What is needed ->
Please repeat, from the entries that follow, the lines from the one containing "#28=IFCINDEXEDPOLYGONALFACE((1,2,10,9));" through the one containing "#73=IFCINDEXEDPOLYGONALFACE((42,43,59,58));" exactly, adding nothing.

Source records:
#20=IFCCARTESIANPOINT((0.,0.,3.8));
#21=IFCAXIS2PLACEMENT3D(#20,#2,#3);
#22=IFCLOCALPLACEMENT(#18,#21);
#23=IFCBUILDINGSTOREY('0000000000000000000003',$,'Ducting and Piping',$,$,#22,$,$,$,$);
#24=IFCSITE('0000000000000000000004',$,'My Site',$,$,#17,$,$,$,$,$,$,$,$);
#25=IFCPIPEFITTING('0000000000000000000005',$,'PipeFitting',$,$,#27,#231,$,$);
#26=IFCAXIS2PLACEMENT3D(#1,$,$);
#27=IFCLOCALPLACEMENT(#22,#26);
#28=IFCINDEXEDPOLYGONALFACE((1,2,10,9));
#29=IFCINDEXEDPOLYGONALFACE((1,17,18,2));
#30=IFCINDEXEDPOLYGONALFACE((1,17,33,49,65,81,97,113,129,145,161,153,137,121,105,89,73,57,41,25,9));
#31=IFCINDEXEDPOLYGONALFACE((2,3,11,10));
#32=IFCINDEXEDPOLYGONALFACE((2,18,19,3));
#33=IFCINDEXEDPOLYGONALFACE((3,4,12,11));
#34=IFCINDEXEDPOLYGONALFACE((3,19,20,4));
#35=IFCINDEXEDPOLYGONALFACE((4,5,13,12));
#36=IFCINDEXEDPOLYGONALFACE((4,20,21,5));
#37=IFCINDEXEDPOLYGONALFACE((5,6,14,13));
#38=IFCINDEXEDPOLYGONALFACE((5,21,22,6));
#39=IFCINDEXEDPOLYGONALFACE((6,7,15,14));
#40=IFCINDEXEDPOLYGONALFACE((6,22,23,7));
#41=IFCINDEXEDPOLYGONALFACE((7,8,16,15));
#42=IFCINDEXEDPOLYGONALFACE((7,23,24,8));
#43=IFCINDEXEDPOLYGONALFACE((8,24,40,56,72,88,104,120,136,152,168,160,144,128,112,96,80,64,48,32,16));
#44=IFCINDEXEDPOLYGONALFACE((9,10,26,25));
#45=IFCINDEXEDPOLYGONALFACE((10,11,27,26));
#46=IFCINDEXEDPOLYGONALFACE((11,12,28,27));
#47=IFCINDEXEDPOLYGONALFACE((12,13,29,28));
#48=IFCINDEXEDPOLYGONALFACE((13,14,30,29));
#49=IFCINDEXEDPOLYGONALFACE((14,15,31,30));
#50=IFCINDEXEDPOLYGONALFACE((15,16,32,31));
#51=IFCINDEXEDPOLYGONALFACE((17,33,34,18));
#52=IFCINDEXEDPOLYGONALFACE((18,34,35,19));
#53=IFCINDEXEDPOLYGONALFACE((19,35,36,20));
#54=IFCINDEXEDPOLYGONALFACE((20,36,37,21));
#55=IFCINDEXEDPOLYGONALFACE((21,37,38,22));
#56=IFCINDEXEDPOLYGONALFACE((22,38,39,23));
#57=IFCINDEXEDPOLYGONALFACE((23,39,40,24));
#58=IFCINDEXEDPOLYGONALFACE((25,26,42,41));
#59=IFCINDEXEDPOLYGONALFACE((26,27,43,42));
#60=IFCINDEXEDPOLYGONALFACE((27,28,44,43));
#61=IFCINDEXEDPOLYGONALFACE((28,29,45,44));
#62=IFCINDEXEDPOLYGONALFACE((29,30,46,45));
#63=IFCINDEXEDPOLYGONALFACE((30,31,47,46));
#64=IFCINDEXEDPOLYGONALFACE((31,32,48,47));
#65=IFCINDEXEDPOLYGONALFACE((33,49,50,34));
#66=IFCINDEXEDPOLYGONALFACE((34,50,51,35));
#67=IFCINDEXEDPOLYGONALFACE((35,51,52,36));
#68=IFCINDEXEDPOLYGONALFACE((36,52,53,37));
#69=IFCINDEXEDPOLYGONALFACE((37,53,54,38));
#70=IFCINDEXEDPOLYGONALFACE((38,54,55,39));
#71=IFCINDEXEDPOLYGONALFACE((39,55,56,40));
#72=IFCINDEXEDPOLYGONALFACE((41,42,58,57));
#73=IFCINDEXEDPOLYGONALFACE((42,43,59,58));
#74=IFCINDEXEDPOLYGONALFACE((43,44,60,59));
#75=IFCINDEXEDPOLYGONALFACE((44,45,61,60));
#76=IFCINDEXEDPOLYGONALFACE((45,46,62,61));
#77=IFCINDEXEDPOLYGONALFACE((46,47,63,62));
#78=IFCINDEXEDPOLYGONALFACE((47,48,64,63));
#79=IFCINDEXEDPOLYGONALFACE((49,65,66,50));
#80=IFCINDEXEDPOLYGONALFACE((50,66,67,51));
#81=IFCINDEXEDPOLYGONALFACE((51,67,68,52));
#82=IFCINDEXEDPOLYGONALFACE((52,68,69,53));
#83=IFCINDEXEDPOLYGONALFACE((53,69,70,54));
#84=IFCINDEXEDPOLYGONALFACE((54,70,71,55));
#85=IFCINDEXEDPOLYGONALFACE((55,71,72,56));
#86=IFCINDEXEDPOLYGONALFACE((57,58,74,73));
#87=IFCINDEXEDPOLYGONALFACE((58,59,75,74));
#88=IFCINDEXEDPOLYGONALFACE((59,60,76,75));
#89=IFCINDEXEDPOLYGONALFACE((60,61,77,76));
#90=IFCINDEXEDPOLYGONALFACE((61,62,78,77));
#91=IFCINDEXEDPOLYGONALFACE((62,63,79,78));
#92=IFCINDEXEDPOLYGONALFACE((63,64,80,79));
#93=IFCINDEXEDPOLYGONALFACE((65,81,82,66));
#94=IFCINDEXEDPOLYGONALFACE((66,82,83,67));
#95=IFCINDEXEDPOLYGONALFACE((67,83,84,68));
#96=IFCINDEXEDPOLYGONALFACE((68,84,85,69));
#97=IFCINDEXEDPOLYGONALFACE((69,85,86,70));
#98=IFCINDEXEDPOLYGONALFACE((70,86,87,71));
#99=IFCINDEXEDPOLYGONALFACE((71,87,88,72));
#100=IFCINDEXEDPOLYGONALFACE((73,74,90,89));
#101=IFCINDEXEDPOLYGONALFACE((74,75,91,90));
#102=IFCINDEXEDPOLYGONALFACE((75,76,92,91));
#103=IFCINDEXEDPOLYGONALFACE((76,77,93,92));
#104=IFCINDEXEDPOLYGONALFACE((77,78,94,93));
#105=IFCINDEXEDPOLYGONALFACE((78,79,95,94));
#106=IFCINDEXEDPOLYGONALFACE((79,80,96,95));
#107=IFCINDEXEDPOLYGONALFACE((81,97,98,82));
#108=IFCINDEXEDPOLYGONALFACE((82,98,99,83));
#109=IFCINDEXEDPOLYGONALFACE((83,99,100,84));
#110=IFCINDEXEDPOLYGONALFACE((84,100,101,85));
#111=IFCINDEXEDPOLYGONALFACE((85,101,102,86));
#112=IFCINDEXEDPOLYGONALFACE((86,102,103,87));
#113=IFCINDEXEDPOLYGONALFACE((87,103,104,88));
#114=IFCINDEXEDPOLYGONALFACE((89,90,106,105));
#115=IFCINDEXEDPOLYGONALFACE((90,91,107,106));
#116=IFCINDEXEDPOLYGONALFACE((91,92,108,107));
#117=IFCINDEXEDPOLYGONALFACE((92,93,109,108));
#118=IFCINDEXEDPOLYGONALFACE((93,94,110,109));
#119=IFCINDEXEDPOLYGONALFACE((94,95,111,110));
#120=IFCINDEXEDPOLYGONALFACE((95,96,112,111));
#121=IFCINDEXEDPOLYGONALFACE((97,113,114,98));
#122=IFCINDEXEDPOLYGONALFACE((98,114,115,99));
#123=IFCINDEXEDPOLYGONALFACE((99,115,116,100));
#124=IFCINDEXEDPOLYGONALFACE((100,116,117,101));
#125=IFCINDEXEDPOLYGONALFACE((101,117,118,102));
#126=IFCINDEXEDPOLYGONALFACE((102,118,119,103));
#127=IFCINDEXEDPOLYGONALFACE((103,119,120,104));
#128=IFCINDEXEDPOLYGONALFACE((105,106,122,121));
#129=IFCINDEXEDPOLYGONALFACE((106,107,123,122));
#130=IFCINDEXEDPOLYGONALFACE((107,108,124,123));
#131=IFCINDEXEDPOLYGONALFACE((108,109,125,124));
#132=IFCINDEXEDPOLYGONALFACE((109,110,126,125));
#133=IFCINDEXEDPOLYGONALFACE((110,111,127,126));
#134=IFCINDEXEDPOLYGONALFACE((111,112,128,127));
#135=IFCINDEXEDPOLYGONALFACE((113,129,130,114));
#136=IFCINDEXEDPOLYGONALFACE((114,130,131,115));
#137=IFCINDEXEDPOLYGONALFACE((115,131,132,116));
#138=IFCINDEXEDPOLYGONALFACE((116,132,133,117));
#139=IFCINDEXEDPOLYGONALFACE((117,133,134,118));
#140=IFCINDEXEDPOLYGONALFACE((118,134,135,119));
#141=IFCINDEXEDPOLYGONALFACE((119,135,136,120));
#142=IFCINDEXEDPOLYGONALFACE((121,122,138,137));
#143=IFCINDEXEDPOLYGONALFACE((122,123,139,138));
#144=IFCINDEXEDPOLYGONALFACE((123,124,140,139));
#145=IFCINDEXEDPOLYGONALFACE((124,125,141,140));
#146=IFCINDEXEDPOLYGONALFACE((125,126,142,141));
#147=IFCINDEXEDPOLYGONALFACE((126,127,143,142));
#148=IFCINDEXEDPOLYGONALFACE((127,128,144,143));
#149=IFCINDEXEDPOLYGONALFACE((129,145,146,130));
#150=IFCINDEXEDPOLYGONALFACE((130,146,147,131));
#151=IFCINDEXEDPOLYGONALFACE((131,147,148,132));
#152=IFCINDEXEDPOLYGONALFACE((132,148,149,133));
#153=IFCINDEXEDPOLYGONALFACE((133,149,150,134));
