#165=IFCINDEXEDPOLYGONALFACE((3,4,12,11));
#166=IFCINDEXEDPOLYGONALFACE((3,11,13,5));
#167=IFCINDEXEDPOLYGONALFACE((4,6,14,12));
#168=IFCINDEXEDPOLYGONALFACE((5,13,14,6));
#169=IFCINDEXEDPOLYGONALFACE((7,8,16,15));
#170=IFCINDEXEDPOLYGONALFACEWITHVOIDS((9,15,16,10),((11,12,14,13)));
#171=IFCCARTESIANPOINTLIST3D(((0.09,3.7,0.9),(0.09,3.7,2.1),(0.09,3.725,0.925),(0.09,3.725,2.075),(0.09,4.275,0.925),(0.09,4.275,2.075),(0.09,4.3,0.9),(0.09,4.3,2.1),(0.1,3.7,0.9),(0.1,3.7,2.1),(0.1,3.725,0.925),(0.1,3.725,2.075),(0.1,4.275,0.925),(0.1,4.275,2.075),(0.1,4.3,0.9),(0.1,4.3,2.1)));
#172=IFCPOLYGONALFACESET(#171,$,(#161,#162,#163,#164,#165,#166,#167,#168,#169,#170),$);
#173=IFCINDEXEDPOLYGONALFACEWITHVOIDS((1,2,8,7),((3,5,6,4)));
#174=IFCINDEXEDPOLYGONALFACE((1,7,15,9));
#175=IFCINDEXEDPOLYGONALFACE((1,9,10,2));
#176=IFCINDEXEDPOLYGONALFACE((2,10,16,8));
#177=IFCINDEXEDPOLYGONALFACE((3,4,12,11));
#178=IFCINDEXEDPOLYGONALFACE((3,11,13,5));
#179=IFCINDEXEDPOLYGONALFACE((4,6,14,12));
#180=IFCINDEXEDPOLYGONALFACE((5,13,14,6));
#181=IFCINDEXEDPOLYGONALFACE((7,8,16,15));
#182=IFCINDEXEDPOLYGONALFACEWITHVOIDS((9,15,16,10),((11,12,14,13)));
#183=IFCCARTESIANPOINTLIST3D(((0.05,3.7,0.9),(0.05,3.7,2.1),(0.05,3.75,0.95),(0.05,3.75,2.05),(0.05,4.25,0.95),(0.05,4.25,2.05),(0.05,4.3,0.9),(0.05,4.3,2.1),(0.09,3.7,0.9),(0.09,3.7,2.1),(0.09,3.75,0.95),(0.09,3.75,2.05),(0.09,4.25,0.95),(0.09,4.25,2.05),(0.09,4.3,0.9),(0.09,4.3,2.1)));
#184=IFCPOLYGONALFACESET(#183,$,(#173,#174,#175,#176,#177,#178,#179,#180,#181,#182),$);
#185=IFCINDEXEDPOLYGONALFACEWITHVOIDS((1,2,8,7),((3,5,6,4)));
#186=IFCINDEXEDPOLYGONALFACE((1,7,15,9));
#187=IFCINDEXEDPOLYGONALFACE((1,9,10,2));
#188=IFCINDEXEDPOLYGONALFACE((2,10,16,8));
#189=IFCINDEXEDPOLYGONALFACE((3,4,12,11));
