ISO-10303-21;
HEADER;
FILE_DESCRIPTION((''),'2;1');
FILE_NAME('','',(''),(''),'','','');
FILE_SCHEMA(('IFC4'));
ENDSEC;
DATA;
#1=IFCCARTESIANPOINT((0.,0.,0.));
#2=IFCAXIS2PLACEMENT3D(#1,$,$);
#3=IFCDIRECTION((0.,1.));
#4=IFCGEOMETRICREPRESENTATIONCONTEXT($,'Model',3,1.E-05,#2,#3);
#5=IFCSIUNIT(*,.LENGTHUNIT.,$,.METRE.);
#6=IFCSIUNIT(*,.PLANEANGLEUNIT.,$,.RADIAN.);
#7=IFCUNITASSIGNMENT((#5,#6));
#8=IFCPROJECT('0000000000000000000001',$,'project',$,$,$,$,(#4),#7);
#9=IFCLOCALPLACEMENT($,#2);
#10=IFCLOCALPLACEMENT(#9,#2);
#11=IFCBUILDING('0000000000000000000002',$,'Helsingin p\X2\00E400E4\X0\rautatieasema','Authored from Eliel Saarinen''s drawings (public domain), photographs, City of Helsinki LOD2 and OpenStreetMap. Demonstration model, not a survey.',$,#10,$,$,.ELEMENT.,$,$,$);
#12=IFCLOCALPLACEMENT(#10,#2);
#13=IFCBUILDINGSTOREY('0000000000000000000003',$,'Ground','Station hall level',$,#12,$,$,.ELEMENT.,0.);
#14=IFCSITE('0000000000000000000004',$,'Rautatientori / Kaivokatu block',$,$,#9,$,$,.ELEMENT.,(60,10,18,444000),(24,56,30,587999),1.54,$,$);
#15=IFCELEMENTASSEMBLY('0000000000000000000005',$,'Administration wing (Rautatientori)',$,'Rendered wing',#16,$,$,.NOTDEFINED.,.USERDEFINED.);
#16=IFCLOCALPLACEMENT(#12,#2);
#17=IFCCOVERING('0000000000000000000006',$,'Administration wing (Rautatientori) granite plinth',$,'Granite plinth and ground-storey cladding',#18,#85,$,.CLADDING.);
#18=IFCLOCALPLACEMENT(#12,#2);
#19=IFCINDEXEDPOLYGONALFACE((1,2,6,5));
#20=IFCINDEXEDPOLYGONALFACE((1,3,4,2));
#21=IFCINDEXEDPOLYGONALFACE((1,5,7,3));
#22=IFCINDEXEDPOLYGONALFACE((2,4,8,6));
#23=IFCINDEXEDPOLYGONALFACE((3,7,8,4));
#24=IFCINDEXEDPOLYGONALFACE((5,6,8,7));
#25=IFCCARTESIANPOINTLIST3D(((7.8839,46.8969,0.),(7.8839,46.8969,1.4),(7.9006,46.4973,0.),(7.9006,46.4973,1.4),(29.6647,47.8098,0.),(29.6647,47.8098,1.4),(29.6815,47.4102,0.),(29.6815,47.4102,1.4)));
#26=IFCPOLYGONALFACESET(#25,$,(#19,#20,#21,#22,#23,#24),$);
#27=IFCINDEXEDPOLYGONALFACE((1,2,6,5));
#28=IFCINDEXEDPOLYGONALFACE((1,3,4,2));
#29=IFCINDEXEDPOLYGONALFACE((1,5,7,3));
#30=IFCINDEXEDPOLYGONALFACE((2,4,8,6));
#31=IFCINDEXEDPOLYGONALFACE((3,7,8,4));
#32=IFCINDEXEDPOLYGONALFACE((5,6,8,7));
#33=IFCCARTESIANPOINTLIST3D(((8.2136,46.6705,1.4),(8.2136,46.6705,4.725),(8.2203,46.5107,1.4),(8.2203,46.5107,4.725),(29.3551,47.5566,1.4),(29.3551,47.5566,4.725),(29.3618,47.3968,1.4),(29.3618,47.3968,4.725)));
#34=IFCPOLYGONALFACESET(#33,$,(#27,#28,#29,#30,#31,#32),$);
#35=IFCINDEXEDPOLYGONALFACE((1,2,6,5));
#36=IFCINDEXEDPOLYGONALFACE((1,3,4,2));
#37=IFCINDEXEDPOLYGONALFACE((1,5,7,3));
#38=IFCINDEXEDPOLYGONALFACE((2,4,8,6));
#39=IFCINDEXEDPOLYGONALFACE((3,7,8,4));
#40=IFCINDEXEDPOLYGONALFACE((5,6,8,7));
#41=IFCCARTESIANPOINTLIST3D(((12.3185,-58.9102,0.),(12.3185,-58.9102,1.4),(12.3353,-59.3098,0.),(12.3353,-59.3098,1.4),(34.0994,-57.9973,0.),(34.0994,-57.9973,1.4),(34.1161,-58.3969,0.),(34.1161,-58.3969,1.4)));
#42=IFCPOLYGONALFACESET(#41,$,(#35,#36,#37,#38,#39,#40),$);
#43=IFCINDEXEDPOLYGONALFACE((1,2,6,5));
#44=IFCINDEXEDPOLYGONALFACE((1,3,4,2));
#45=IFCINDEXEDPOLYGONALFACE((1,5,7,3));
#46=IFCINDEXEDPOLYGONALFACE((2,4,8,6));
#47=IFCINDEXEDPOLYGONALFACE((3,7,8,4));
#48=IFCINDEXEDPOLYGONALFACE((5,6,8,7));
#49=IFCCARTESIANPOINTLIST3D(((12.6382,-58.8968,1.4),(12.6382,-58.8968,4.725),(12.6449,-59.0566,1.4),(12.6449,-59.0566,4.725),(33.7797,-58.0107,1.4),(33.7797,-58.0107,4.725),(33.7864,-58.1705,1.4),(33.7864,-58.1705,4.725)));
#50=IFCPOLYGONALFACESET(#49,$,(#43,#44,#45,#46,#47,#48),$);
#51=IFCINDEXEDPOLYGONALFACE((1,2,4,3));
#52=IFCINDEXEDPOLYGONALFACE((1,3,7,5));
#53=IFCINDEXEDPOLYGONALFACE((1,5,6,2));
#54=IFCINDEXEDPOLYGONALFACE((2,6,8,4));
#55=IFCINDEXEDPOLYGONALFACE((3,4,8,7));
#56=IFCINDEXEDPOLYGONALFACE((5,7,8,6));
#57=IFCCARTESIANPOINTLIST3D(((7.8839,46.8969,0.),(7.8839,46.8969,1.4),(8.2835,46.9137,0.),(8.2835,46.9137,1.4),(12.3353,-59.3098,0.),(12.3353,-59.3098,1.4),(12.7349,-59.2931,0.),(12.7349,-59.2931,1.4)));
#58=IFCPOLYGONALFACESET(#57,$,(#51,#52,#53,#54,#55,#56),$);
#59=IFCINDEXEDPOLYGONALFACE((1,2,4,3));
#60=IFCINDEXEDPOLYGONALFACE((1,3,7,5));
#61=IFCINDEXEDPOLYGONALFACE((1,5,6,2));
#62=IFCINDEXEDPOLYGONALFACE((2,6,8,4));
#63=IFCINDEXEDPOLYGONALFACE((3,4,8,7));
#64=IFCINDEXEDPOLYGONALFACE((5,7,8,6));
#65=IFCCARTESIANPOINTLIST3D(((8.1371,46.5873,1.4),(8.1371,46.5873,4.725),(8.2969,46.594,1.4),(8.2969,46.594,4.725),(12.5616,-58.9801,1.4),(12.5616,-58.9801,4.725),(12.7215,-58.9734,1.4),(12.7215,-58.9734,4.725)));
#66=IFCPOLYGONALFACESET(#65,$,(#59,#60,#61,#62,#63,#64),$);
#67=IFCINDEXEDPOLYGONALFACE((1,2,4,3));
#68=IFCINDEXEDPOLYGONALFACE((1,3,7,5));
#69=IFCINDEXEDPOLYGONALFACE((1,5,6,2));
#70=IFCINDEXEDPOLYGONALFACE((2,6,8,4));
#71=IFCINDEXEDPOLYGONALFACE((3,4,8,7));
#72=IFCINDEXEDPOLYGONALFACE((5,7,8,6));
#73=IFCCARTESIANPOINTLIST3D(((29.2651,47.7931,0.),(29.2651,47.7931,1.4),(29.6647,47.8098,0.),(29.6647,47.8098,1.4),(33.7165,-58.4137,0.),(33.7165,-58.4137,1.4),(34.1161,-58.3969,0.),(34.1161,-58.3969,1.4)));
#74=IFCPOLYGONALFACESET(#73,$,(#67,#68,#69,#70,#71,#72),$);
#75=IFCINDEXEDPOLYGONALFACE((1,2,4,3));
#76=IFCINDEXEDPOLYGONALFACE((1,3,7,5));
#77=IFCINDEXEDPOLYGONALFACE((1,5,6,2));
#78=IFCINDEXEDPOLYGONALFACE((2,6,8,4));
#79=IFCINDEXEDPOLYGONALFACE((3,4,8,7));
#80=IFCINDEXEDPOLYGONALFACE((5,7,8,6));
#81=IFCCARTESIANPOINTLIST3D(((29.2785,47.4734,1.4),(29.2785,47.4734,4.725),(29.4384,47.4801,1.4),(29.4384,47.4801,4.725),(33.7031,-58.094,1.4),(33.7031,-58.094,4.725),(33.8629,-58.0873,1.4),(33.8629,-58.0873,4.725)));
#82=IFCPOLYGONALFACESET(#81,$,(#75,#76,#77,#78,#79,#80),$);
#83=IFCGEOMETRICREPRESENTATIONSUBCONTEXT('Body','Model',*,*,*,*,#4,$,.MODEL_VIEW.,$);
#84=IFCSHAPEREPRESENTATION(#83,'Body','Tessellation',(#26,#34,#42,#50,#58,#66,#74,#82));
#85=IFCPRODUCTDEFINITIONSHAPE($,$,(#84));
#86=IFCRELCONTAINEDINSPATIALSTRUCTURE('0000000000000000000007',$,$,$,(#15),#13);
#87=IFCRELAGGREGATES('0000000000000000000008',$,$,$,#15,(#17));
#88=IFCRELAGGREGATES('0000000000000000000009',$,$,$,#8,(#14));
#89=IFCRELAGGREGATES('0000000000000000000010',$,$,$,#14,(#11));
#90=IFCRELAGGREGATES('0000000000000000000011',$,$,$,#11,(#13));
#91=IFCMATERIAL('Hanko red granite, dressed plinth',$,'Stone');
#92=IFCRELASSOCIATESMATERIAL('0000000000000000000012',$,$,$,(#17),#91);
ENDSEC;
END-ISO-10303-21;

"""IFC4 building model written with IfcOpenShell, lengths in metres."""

from ifc_helpers import new_model, si_unit, direction, frame, frame_2d, origin, place, context, subcontext, project, spatial, rectangle, extrude, material, element, aggregate, save


model = new_model("IFC4")

# Units and contexts
model_context = context("Model", 3, precision=1e-05, world=origin(), true_north=direction((0.0, 1.0)))
body_context = subcontext(model_context, "Body", "Model", "MODEL_VIEW")
ifc_project = project(units=[si_unit("LENGTHUNIT", "METRE"), si_unit("PLANEANGLEUNIT", "RADIAN")], contexts=[model_context])

# Site, building, storey
site_placement = place(None, origin())
site = spatial("IfcSite", under=ifc_project, at=site_placement, Name="Rautatientori / Kaivokatu block", CompositionType="ELEMENT", RefLatitude=(60, 10, 18, 444000), RefLongitude=(24, 56, 30, 587999), RefElevation=1.54)
building_placement = place(site_placement, origin())
building = spatial("IfcBuilding", under=site, at=building_placement, Name="Helsingin päärautatieasema", Description="Authored from Eliel Saarinen's drawings (public domain), photographs, City of Helsinki LOD2 and OpenStreetMap. Demonstration model, not a survey.", CompositionType="ELEMENT")
storey_placement = place(building_placement, origin())
storey = spatial("IfcBuildingStorey", under=building, at=storey_placement, Name="Ground", Description="Station hall level", CompositionType="ELEMENT", Elevation=0.0)

# Element assembly, covering
assembly_placement = place(building_placement, origin())
assembly = element("IfcElementAssembly", 1, at=assembly_placement, inside=storey, Name="Administration wing (Rautatientori)", ObjectType="Rendered wing", AssemblyPlace="NOTDEFINED", PredefinedType="USERDEFINED")
ifc_material_1 = material(Name="Hanko red granite, dressed plinth", Category="Stone")
covering_placement = place(building_placement, origin())
covering = element("IfcCovering", 2, at=covering_placement, material=ifc_material_1, Name="Administration wing (Rautatientori) granite plinth", ObjectType="Granite plinth and ground-storey cladding", PredefinedType="CLADDING", context=body_context, shape_type="SweptSolid", body=[
    extrude(rectangle(XDim=21.8, YDim=0.4, at=frame_2d((0.0, 0.0), x_axis=(-0.999123, -0.041876))), frame((18.7827, 47.1536, 0.0)), (0.0, 0.0, 1.0), 1.4),
    extrude(rectangle(XDim=21.16, YDim=0.16, at=frame_2d((0.0, 0.0), x_axis=(-0.999123, -0.041876))), frame((18.7877, 47.0337, 1.4)), (0.0, 0.0, 1.0), 3.325),
    extrude(rectangle(XDim=21.8, YDim=0.4, at=frame_2d((0.0, 0.0), x_axis=(0.999123, 0.041876))), frame((23.2173, -58.6536, 0.0)), (0.0, 0.0, 1.0), 1.4),
    extrude(rectangle(XDim=21.16, YDim=0.16, at=frame_2d((0.0, 0.0), x_axis=(0.999123, 0.041876))), frame((23.2123, -58.5337, 1.4)), (0.0, 0.0, 1.0), 3.325),
    extrude(rectangle(XDim=106.3, YDim=0.4, at=frame_2d((0.0, 0.0), x_axis=(0.041876, -0.999123))), frame((10.3094, -6.1981, 0.0)), (0.0, 0.0, 1.0), 1.4),
    extrude(rectangle(XDim=105.66, YDim=0.16, at=frame_2d((0.0, 0.0), x_axis=(0.041876, -0.999123))), frame((10.4293, -6.193, 1.4)), (0.0, 0.0, 1.0), 3.325),
    extrude(rectangle(XDim=106.3, YDim=0.4, at=frame_2d((0.0, 0.0), x_axis=(-0.041876, 0.999123))), frame((31.6906, -5.3019, 0.0)), (0.0, 0.0, 1.0), 1.4),
    extrude(rectangle(XDim=105.66, YDim=0.16, at=frame_2d((0.0, 0.0), x_axis=(-0.041876, 0.999123))), frame((31.5707, -5.307, 1.4)), (0.0, 0.0, 1.0), 3.325),
])
aggregate(assembly, [covering])

save(model, "model.ifc")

Solution for this task ->
#28=IFCINDEXEDPOLYGONALFACE((1,2,10,9));
#29=IFCINDEXEDPOLYGONALFACE((1,17,18,2));
#30=IFCINDEXEDPOLYGONALFACE((1,17,33,49,65,81,97,113,129,145,161,153,137,121,105,89,73,57,41,25,9));
#31=IFCINDEXEDPOLYGONALFACE((2,3,11,10));
#32=IFCINDEXEDPOLYGONALFACE((2,18,19,3));
#33=IFCINDEXEDPOLYGONALFACE((3,4,12,11));
#34=IFCINDEXEDPOLYGONALFACE((3,19,20,4));
#35=IFCINDEXEDPOLYGONALFACE((4,5,13,12));
#36=IFCINDEXEDPOLYGONALFACE((4,20,21,5));
#37=IFCINDEXEDPOLYGONALFACE((5,6,14,13));
#38=IFCINDEXEDPOLYGONALFACE((5,21,22,6));
#39=IFCINDEXEDPOLYGONALFACE((6,7,15,14));
#40=IFCINDEXEDPOLYGONALFACE((6,22,23,7));
#41=IFCINDEXEDPOLYGONALFACE((7,8,16,15));
#42=IFCINDEXEDPOLYGONALFACE((7,23,24,8));
#43=IFCINDEXEDPOLYGONALFACE((8,24,40,56,72,88,104,120,136,152,168,160,144,128,112,96,80,64,48,32,16));
#44=IFCINDEXEDPOLYGONALFACE((9,10,26,25));
#45=IFCINDEXEDPOLYGONALFACE((10,11,27,26));
#46=IFCINDEXEDPOLYGONALFACE((11,12,28,27));
#47=IFCINDEXEDPOLYGONALFACE((12,13,29,28));
#48=IFCINDEXEDPOLYGONALFACE((13,14,30,29));
#49=IFCINDEXEDPOLYGONALFACE((14,15,31,30));
#50=IFCINDEXEDPOLYGONALFACE((15,16,32,31));
#51=IFCINDEXEDPOLYGONALFACE((17,33,34,18));
#52=IFCINDEXEDPOLYGONALFACE((18,34,35,19));
#53=IFCINDEXEDPOLYGONALFACE((19,35,36,20));
#54=IFCINDEXEDPOLYGONALFACE((20,36,37,21));
#55=IFCINDEXEDPOLYGONALFACE((21,37,38,22));
#56=IFCINDEXEDPOLYGONALFACE((22,38,39,23));
#57=IFCINDEXEDPOLYGONALFACE((23,39,40,24));
#58=IFCINDEXEDPOLYGONALFACE((25,26,42,41));
#59=IFCINDEXEDPOLYGONALFACE((26,27,43,42));
#60=IFCINDEXEDPOLYGONALFACE((27,28,44,43));
#61=IFCINDEXEDPOLYGONALFACE((28,29,45,44));
#62=IFCINDEXEDPOLYGONALFACE((29,30,46,45));
#63=IFCINDEXEDPOLYGONALFACE((30,31,47,46));
#64=IFCINDEXEDPOLYGONALFACE((31,32,48,47));
#65=IFCINDEXEDPOLYGONALFACE((33,49,50,34));
#66=IFCINDEXEDPOLYGONALFACE((34,50,51,35));
#67=IFCINDEXEDPOLYGONALFACE((35,51,52,36));
#68=IFCINDEXEDPOLYGONALFACE((36,52,53,37));
#69=IFCINDEXEDPOLYGONALFACE((37,53,54,38));
#70=IFCINDEXEDPOLYGONALFACE((38,54,55,39));
#71=IFCINDEXEDPOLYGONALFACE((39,55,56,40));
#72=IFCINDEXEDPOLYGONALFACE((41,42,58,57));
#73=IFCINDEXEDPOLYGONALFACE((42,43,59,58));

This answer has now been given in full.